A typical interaction with an LLM:

"Hey, how do I do X in Y?"

"That's a great question! A good way to do X in Y is Z!"

"No, Z doesn't work in Y. I get this error: 'Unsupported operation Z'."

"I apologize for making this mistake. You're right to point out Z doesn't work in Y. Let's use W instead!"

"Unfortunately, I cannot use W for company policy reasons. Any other option?"

"Understood: you cannot use W due to company policy. Why not try to do Z?"

"I just told you Z isn't available in Y."

"In that case, I suggest you do W."

"Like I told you, W is unacceptable due to company policy. Neither W nor Z work."

...

"Let's do this. First, use Z [...]"

abalashov · 2025-05-30T10:31:20 1748601080

It's my experience that once you are in this territory, the LLM is not going to be helpful and you should abandon the effort to get what you want out of it. I can smell blood now when it's wrong; it'll just keep being wrong, cheerfully, confidently.

the_af · 2025-05-30T13:50:41 1748613041

Yes, to be honest I've also learned to notice when it's stuck in an infinite loop.

It's just frustrating, but when I'm asking it something within my domain of expertise, of course I can notice, and either call it quits or start a new session with a radically different prompt.

lupire · 2025-05-29T22:45:24 1748558724

Which LLMs and which versions?

daveguy · 2025-05-29T23:20:01 1748560801

All. Of. Them. It's quite literally what they do because they are optimistic text generators. Not correct or accurate text generators.

e3bc54b2 · 2025-05-30T03:12:56 1748574776

This really grinds my gears. The technology is inherently faulty, but the relentless optimism of its future subtly hiding that by making it the user's mistake instead.

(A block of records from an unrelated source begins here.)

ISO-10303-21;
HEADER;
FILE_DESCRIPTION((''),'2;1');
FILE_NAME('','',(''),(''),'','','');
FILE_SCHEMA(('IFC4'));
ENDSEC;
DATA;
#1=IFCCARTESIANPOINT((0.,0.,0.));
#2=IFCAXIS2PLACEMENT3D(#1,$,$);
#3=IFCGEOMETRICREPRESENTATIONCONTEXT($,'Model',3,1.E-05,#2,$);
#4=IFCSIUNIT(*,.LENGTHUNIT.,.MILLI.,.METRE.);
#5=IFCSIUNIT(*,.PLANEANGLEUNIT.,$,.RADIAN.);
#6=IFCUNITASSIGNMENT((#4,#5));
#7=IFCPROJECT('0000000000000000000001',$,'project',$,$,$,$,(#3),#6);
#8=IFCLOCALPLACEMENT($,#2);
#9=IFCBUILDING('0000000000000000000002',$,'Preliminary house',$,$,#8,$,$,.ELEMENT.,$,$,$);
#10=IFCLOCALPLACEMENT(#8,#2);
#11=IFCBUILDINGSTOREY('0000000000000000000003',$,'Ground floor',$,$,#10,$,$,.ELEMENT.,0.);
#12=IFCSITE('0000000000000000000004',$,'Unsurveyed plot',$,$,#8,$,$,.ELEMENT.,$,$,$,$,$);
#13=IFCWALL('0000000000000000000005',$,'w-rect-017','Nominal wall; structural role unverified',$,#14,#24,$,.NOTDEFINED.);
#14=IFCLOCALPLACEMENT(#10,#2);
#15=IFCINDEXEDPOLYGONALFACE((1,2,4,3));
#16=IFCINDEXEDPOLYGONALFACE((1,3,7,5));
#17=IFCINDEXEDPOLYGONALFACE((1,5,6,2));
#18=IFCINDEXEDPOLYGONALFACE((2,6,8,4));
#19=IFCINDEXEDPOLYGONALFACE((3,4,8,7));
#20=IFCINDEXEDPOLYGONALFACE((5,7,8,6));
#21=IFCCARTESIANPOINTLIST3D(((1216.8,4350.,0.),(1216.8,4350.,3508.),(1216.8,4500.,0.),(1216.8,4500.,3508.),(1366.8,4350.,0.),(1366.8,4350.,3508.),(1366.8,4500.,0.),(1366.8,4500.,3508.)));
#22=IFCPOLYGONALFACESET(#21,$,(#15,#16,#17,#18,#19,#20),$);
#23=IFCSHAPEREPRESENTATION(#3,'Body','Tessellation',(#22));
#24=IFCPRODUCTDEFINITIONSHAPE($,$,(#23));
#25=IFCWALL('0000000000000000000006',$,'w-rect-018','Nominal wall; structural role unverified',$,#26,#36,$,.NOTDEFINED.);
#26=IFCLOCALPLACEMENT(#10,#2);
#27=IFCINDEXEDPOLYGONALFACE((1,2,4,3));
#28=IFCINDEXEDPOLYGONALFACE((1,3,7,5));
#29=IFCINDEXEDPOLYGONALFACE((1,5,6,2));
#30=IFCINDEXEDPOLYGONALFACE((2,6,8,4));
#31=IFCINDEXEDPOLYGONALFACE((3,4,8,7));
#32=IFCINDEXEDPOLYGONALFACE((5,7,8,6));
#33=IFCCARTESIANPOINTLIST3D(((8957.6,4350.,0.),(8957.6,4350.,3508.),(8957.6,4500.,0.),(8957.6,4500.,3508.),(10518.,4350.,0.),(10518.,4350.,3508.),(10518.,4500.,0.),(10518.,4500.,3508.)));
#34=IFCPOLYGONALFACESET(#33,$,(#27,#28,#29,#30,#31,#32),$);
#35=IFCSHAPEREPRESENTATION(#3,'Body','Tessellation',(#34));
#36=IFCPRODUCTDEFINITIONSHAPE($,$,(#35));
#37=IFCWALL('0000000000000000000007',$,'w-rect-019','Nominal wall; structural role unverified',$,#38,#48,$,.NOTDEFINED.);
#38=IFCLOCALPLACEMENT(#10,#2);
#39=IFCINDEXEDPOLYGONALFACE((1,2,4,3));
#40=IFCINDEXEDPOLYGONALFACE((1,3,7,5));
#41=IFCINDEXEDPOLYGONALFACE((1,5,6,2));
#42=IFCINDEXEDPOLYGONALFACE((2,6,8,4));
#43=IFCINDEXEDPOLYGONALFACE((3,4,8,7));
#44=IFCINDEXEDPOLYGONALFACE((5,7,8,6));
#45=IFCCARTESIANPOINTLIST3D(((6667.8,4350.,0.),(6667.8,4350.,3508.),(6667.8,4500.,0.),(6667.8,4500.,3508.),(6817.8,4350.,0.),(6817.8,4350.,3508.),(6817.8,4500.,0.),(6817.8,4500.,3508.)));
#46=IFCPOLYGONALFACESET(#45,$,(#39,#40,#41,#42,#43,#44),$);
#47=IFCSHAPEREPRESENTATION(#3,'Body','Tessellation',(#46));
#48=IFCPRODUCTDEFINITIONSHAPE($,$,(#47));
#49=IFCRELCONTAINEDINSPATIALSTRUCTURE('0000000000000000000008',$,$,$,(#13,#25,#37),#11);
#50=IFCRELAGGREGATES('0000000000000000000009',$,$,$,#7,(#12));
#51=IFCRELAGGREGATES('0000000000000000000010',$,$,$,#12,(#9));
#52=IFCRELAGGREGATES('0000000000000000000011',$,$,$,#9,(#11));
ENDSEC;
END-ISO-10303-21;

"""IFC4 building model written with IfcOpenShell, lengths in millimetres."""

from ifc_helpers import new_model, si_unit, origin, place, context, project, spatial, polyline, outline, extrude, element, save


model = new_model("IFC4")

# Units and contexts
model_context = context("Model", 3, precision=1e-05, world=origin())
ifc_project = project(units=[si_unit("LENGTHUNIT", "METRE", prefix="MILLI"), si_unit("PLANEANGLEUNIT", "RADIAN")], contexts=[model_context])

# Site, building, storey
placement_1 = place(None, origin())
site = spatial("IfcSite", under=ifc_project, at=placement_1, Name="Unsurveyed plot", CompositionType="ELEMENT")
building = spatial("IfcBuilding", under=site, at=placement_1, Name="Preliminary house", CompositionType="ELEMENT")
placement_2 = place(placement_1, origin())
storey = spatial("IfcBuildingStorey", under=building, at=placement_2, Name="Ground floor", CompositionType="ELEMENT", Elevation=0.0)

# Walls
element("IfcWall", 1, at=placement_2, inside=storey, Name="w-rect-017", Description="Nominal wall; structural role unverified", PredefinedType="NOTDEFINED", context=model_context, shape_type="SweptSolid", body=[
    extrude(outline(polyline([(1216.8, 4350.0), (1366.8, 4350.0), (1366.8, 4500.0), (1216.8, 4500.0), (1216.8, 4350.0)])), origin(), (0.0, 0.0, 1.0), 3508.0),
])
element("IfcWall", 2, at=placement_2, inside=storey, Name="w-rect-018", Description="Nominal wall; structural role unverified", PredefinedType="NOTDEFINED", context=model_context, shape_type="SweptSolid", body=[
    extrude(outline(polyline([(8957.6, 4350.0), (10518.0, 4350.0), (10518.0, 4500.0), (8957.6, 4500.0), (8957.6, 4350.0)])), origin(), (0.0, 0.0, 1.0), 3508.0),
])
element("IfcWall", 3, at=placement_2, inside=storey, Name="w-rect-019", Description="Nominal wall; structural role unverified", PredefinedType="NOTDEFINED", context=model_context, shape_type="SweptSolid", body=[
    extrude(outline(polyline([(6667.8, 4350.0), (6817.8, 4350.0), (6817.8, 4500.0), (6667.8, 4500.0), (6667.8, 4350.0)])), origin(), (0.0, 0.0, 1.0), 3508.0),
])

save(model, "model.ifc")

Oh you got a wrong answer? Did you try the new OpenAI v999? Did you prompt it correctly? Its definitely not the model, because it worked for me once last night..

traceroute66 · 2025-05-30T10:13:43 1748600023

> it worked for me once last night..

This !

Yeah, it probably "worked for me" because they spent a gazillion hours engaging in what the LLM fanbois call "prompt engineering", but you and I would call "engaging in endless iterative hacky work-arounds until you find a prompt that works".

Unless its something extremely simple, the chances of an LLM giving you a workable answer on the first attempt is microscopic.

Aeolun · 2025-05-30T04:28:59 1748579339

Most optimistic text generators do not consider repeating the stuff that was already rejected a desireable path forward. It might be the only path forward they’re aware of though.

the_af · 2025-05-30T15:36:20 1748619380

In some contexts I got ChatGPT to answer "I don't know" when I crafted a very specific prompt about not knowing being and acceptable and preferable answer to bullshitting. But it's hit and miss, and doesn't always work; it seems LLMs simply aren't trained to model admittance of ignorance, they almost always want to give a positive and confident answer.

seunosewa · 2025-05-29T22:43:25 1748558605

You can use prompts to fix some of these problematic tendencies.

mike_ivanov · 2025-05-29T22:57:21 1748559441

Yes you can, but it almost never works

johnb231 · 2025-05-30T04:35:04 1748579704

I think you are a couple of years out of date.

No longer an issue with the current SOTA reasoning models.

otabdeveloper4 · 2025-05-30T13:34:59 1748612099

Throwing more parameters at the problem does absolutely nothing to fix the hallucination and bullshit issue.

johnb231 · 2025-05-30T17:56:55 1748627815

Correct and it wasn’t fixed with more parameters. Reasoning models question their own output, and all of the current models can verify their sources online before replying. They are not perfect, but they are much better than they used to be, and it is practically not an issue most of the time. I have seen the reasoning models correct their own output while it is being generated. Gemini 2.5 Pro, GPT-o3, Grok 3.